Your goal -
Your answer should be the lines below from the one with "#39=IFCPRODUCTDEFINITIONSHAPE($,$,(#38));" to the one with "#46=IFCINDEXEDPOLYGONALFACE((3,5,6,4));", both included, given again exactly and with nothing added.

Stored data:
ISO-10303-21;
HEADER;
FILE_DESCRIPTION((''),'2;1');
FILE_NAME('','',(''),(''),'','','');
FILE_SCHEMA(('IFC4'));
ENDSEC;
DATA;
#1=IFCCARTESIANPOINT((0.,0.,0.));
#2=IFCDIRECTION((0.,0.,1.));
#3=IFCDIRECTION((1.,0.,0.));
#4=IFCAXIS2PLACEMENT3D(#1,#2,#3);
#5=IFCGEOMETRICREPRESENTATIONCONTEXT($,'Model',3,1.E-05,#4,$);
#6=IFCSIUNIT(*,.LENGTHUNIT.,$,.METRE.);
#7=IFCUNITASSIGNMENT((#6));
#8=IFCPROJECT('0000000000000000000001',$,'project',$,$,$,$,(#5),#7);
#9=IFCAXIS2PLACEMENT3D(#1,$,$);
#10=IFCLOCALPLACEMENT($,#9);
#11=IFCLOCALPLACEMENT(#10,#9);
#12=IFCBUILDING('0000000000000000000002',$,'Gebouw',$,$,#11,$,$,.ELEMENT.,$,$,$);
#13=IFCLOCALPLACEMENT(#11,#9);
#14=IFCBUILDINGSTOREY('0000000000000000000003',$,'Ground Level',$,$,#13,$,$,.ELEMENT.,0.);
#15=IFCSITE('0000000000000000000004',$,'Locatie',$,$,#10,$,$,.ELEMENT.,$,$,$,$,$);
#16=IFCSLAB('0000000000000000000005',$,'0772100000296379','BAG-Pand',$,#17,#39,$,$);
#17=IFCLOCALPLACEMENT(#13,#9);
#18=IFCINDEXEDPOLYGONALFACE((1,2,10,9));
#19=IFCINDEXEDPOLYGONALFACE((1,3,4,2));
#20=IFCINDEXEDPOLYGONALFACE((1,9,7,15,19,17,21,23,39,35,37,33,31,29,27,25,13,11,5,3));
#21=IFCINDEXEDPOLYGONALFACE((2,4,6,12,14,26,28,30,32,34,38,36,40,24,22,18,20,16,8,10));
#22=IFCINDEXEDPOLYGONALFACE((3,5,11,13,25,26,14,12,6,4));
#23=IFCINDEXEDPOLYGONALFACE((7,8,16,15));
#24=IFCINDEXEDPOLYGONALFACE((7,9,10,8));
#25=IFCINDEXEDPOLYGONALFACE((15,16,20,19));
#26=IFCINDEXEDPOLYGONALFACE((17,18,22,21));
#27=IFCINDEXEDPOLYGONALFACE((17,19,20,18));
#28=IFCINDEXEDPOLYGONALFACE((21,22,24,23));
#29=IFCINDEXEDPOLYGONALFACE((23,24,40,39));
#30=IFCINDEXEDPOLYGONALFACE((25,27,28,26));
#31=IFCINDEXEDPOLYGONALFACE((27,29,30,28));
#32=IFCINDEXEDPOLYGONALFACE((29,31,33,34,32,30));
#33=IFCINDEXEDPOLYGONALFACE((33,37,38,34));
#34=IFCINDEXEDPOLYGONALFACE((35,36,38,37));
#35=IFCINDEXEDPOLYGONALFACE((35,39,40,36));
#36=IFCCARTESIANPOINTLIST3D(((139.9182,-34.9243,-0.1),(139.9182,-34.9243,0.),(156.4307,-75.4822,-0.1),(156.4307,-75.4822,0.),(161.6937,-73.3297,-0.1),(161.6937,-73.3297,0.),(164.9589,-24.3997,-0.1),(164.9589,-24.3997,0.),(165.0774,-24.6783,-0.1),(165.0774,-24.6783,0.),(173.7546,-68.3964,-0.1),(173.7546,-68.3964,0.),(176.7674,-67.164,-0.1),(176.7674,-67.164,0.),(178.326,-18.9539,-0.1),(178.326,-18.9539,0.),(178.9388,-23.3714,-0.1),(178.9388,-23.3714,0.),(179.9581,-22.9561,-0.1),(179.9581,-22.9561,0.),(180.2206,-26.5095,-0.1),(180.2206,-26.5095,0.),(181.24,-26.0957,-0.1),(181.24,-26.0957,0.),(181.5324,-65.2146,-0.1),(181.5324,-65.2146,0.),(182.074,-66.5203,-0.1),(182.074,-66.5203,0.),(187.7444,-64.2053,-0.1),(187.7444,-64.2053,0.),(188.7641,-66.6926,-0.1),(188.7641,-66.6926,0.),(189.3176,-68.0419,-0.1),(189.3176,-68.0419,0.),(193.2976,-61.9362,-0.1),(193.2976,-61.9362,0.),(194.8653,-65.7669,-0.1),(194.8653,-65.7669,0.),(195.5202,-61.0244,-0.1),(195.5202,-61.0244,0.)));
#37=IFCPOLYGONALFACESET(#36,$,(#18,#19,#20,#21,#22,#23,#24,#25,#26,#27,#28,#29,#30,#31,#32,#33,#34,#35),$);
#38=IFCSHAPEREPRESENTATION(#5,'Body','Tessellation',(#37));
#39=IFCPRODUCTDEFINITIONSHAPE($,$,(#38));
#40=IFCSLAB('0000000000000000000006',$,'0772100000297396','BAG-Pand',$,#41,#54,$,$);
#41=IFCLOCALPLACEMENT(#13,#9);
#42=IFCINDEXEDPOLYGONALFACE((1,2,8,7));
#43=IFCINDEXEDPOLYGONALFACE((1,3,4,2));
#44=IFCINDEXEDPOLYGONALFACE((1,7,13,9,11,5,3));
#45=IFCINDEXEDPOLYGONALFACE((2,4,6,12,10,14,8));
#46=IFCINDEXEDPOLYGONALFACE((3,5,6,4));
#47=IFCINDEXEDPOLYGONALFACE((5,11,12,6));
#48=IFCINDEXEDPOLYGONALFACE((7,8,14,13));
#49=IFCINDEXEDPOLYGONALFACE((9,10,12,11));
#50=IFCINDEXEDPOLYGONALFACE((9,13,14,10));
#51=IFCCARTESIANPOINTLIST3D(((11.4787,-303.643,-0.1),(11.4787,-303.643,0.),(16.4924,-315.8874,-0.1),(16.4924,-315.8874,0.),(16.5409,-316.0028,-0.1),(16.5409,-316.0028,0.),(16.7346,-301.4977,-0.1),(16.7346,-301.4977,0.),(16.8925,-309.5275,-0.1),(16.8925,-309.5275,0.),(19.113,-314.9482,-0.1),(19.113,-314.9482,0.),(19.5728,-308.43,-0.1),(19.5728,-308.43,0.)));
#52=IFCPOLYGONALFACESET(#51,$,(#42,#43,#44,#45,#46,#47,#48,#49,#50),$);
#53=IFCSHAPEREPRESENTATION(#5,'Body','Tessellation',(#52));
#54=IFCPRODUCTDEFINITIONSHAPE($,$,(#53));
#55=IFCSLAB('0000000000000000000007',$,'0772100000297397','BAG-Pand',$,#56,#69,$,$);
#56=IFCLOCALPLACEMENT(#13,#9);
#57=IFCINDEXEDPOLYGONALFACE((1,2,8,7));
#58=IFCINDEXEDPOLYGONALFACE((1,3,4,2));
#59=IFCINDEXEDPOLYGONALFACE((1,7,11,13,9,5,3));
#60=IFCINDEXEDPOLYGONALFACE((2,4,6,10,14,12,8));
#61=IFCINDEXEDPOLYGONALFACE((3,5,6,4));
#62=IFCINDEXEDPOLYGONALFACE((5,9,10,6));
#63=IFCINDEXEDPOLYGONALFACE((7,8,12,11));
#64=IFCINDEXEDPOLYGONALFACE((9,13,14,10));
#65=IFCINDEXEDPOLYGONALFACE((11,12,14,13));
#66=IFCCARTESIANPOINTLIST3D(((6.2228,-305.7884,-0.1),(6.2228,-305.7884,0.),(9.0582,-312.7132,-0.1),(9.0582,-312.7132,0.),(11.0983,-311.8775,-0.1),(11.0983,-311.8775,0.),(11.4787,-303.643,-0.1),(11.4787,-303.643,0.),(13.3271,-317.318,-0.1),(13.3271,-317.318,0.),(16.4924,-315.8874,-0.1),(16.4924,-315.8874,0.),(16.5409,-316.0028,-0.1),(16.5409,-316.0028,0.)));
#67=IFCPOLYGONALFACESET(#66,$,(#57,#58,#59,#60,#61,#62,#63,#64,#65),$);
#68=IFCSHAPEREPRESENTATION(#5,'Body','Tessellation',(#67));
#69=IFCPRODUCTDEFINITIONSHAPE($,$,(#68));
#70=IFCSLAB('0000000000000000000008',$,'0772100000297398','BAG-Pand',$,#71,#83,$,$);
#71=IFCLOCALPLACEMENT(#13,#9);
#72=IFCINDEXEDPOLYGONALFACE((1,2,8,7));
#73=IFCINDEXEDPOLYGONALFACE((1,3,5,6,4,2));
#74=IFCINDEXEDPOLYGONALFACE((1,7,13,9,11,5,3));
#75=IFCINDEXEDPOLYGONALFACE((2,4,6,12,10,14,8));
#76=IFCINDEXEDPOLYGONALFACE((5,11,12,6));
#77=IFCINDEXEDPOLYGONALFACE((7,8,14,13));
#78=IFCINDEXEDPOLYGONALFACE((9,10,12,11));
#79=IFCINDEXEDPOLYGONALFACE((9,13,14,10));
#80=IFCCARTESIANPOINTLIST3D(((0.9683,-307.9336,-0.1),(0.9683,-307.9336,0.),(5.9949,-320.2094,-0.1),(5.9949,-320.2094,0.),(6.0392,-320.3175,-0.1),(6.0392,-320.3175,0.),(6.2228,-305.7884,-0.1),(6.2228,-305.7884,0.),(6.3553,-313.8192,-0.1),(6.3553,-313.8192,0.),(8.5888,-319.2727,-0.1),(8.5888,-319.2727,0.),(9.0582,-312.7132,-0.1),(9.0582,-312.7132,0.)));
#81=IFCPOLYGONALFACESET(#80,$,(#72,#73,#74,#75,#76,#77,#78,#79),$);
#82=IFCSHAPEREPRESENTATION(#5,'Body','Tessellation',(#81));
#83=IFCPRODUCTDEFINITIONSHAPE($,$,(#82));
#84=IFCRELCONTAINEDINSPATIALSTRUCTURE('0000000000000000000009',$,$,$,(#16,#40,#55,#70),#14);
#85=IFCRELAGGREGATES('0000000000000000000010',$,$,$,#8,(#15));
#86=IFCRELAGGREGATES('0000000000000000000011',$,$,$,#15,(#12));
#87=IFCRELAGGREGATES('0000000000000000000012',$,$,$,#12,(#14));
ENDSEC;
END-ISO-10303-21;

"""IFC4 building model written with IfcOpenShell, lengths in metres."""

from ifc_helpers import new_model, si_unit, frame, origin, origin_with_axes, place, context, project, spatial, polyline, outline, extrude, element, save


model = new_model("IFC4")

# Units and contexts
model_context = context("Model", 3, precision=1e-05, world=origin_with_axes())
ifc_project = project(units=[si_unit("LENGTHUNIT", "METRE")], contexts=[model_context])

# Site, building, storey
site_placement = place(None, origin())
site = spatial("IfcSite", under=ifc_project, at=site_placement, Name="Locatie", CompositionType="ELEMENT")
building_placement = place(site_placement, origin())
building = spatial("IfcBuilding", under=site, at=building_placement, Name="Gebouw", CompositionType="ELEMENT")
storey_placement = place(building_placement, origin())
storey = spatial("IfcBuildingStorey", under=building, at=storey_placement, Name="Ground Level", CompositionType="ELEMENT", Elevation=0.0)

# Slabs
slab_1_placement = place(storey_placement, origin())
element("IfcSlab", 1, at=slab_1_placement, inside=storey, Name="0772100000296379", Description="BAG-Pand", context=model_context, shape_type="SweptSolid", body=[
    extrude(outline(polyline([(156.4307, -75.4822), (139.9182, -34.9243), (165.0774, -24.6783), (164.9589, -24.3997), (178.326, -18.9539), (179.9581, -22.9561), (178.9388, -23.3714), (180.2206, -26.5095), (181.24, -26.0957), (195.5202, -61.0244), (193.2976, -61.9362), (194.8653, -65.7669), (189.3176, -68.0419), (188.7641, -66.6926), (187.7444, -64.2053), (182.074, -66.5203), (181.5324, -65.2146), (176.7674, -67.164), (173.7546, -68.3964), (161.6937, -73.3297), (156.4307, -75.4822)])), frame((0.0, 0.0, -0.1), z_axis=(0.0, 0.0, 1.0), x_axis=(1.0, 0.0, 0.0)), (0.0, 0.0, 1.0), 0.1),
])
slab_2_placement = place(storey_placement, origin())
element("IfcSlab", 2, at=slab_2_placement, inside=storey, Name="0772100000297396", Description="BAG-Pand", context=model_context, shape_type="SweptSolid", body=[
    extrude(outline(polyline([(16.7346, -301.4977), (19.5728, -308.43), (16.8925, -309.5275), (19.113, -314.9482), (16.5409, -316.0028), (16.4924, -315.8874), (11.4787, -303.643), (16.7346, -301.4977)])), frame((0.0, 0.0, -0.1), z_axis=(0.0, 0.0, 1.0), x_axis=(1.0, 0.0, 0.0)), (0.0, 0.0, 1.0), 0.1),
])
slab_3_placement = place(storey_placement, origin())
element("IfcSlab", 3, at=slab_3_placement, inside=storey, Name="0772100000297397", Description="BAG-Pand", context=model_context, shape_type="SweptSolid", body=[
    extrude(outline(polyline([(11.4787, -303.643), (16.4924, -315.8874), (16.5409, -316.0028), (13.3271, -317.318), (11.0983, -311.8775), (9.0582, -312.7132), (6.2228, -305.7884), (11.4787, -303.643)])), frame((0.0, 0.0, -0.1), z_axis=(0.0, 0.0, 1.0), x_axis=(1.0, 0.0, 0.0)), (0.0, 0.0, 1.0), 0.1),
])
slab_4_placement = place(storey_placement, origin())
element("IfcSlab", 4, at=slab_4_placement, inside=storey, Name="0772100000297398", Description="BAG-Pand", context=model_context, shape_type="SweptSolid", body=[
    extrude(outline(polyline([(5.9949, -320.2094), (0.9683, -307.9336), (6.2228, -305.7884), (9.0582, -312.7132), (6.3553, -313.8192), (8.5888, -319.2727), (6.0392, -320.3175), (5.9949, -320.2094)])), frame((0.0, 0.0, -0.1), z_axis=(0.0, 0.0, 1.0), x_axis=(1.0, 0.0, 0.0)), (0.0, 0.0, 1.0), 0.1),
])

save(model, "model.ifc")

Finished task -
#39=IFCPRODUCTDEFINITIONSHAPE($,$,(#38));
#40=IFCSLAB('0000000000000000000006',$,'0772100000297396','BAG-Pand',$,#41,#54,$,$);
#41=IFCLOCALPLACEMENT(#13,#9);
#42=IFCINDEXEDPOLYGONALFACE((1,2,8,7));
#43=IFCINDEXEDPOLYGONALFACE((1,3,4,2));
#44=IFCINDEXEDPOLYGONALFACE((1,7,13,9,11,5,3));
#45=IFCINDEXEDPOLYGONALFACE((2,4,6,12,10,14,8));
#46=IFCINDEXEDPOLYGONALFACE((3,5,6,4));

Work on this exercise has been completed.